*** Opening LISTED RECORDS ***

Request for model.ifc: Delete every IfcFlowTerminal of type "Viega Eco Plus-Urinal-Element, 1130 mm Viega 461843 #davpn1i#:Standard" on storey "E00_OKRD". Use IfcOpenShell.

First a look at what the model holds.

```python
import ifcopenshell
import ifcopenshell.util.element

model = ifcopenshell.open("model.ifc")
print(model.schema)
storey = next(s for s in model.by_type("IfcBuildingStorey") if s.Name == "E00_OKRD")
terminals = [e for e in ifcopenshell.util.element.get_decomposition(storey) if e.is_a("IfcFlowTerminal")]
seen = {}
for e in terminals:
    element_type = ifcopenshell.util.element.get_type(e)
    name = element_type.Name if element_type not in (None, e) else None
    seen[name] = seen.get(name, 0) + 1
for name, count in sorted(seen.items(), key=str):
    print(count, "x", name)
```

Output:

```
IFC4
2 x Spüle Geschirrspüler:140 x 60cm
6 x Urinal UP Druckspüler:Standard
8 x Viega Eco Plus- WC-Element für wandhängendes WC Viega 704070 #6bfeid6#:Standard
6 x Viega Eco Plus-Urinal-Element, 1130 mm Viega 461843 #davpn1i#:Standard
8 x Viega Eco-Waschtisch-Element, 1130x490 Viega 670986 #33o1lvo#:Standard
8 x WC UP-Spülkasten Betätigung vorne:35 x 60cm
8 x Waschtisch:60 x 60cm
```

```python
import ifcopenshell
import ifcopenshell.api.root
import ifcopenshell.util.element

model = ifcopenshell.open("model.ifc")

storey = next(s for s in model.by_type("IfcBuildingStorey") if s.Name == "E00_OKRD")
terminals = [e for e in ifcopenshell.util.element.get_decomposition(storey) if e.is_a("IfcFlowTerminal")]
targets = [e for e in terminals if (t := ifcopenshell.util.element.get_type(e)) not in (None, e) and t.Name == "Viega Eco Plus-Urinal-Element, 1130 mm Viega 461843 #davpn1i#:Standard"]

for e in targets:
    ifcopenshell.api.root.remove_product(model, product=e)
print(len(targets), "removed")

model.write("model_v2.ifc")
```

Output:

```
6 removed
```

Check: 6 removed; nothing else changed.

*** Closing LISTED RECORDS ***

PROBLEM TO WORK ON
Wherever a line contains the string "Waschtisch", copy that line from the data.

SOLVED PROBLEM
8 x Viega Eco-Waschtisch-Element, 1130x490 Viega 670986 #33o1lvo#:Standard
8 x Waschtisch:60 x 60cm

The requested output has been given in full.